### Requirement
Could you copy out every line of the data where the word "Body" occurs?

______

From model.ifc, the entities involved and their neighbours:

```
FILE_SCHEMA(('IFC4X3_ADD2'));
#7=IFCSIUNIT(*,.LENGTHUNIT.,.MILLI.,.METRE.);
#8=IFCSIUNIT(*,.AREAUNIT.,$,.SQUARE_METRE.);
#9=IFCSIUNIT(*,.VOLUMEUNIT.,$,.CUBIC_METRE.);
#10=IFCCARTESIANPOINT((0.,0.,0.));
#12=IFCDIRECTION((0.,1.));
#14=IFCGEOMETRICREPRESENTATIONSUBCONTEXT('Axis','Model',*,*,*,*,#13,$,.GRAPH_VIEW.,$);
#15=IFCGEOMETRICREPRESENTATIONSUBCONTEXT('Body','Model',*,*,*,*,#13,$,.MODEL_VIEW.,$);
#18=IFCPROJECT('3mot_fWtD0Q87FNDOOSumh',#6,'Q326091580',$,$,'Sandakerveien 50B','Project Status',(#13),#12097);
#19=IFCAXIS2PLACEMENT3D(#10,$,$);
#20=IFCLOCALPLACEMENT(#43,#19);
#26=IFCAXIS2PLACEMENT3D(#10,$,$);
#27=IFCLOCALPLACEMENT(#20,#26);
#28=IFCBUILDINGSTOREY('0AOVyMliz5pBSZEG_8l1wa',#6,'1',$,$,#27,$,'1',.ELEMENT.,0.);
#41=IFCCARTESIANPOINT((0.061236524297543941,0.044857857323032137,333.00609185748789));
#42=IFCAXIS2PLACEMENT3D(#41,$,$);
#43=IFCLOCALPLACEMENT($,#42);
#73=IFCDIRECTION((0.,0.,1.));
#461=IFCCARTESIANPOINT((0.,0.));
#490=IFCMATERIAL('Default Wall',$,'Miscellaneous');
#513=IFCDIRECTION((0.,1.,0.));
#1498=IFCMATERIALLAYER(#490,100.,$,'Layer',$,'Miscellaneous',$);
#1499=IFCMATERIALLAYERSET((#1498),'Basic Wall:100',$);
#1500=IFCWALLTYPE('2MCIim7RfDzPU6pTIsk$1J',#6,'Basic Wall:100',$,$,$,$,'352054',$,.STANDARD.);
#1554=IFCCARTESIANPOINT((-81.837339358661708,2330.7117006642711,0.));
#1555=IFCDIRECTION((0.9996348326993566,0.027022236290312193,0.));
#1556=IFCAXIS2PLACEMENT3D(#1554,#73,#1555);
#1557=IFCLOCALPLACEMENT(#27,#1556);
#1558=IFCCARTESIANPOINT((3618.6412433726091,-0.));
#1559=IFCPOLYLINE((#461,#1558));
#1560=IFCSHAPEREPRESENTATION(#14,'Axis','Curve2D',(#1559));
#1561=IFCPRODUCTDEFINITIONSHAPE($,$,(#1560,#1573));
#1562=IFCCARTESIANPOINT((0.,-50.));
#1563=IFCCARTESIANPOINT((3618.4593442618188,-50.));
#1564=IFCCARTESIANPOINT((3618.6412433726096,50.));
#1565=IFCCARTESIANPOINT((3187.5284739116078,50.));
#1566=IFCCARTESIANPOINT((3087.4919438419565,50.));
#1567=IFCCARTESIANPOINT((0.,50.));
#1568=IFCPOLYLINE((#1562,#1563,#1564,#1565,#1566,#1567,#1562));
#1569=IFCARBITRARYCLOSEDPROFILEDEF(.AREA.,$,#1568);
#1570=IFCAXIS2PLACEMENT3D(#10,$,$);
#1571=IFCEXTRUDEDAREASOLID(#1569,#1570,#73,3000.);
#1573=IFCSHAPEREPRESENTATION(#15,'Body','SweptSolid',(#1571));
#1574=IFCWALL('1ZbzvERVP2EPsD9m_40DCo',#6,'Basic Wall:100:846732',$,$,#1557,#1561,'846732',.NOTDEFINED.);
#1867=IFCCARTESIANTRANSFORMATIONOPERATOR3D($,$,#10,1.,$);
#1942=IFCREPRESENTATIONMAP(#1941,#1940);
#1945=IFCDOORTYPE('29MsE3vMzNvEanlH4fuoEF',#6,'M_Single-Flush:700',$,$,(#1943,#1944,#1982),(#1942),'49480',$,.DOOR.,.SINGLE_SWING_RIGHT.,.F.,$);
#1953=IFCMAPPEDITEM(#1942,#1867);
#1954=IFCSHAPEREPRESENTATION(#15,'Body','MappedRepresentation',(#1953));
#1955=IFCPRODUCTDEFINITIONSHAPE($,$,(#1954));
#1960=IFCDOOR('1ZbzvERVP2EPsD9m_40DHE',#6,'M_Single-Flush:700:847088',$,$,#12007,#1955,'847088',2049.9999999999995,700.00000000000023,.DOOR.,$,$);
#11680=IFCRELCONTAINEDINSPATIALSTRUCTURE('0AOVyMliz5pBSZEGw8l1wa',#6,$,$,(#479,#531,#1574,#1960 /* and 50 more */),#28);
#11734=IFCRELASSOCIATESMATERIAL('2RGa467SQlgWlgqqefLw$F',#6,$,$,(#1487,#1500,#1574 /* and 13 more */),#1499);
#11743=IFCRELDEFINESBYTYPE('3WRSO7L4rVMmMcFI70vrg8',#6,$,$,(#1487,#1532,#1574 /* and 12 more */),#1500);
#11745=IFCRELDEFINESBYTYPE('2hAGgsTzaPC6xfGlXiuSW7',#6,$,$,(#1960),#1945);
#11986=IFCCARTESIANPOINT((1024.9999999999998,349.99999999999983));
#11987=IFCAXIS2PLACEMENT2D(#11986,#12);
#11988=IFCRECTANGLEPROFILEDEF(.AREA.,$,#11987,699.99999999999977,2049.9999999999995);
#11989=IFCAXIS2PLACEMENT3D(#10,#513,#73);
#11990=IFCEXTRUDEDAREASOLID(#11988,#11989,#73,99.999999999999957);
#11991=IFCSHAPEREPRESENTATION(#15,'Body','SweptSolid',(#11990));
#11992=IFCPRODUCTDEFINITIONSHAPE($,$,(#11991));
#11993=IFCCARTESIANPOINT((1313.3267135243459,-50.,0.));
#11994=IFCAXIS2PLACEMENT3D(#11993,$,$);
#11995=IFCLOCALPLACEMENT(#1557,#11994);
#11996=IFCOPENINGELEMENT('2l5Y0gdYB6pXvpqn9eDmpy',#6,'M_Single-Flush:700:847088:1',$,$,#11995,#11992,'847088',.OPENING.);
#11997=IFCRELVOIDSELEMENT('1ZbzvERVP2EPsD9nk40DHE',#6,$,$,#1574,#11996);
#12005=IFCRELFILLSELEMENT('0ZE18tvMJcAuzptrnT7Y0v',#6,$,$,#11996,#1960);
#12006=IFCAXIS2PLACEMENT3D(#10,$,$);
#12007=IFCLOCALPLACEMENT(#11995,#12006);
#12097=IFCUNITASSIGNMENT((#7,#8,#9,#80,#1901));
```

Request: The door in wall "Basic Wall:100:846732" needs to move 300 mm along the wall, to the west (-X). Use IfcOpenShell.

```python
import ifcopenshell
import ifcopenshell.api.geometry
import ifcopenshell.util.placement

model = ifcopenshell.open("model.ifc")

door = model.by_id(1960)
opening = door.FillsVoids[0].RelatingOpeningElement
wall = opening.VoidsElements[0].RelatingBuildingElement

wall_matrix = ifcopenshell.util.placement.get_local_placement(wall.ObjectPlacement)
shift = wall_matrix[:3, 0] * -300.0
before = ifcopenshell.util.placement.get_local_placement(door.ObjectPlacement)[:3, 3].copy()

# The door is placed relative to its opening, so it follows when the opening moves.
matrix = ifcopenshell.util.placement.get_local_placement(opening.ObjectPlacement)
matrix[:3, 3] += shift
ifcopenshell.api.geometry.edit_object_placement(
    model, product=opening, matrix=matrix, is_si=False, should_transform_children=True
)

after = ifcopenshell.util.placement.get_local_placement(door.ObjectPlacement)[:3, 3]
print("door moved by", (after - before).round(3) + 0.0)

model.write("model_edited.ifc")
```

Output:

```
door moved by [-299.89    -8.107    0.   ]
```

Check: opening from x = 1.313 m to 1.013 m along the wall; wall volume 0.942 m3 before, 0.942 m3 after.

______

### Completed exercise
#15=IFCGEOMETRICREPRESENTATIONSUBCONTEXT('Body','Model',*,*,*,*,#13,$,.MODEL_VIEW.,$);
#1573=IFCSHAPEREPRESENTATION(#15,'Body','SweptSolid',(#1571));
#1954=IFCSHAPEREPRESENTATION(#15,'Body','MappedRepresentation',(#1953));
#11991=IFCSHAPEREPRESENTATION(#15,'Body','SweptSolid',(#11990));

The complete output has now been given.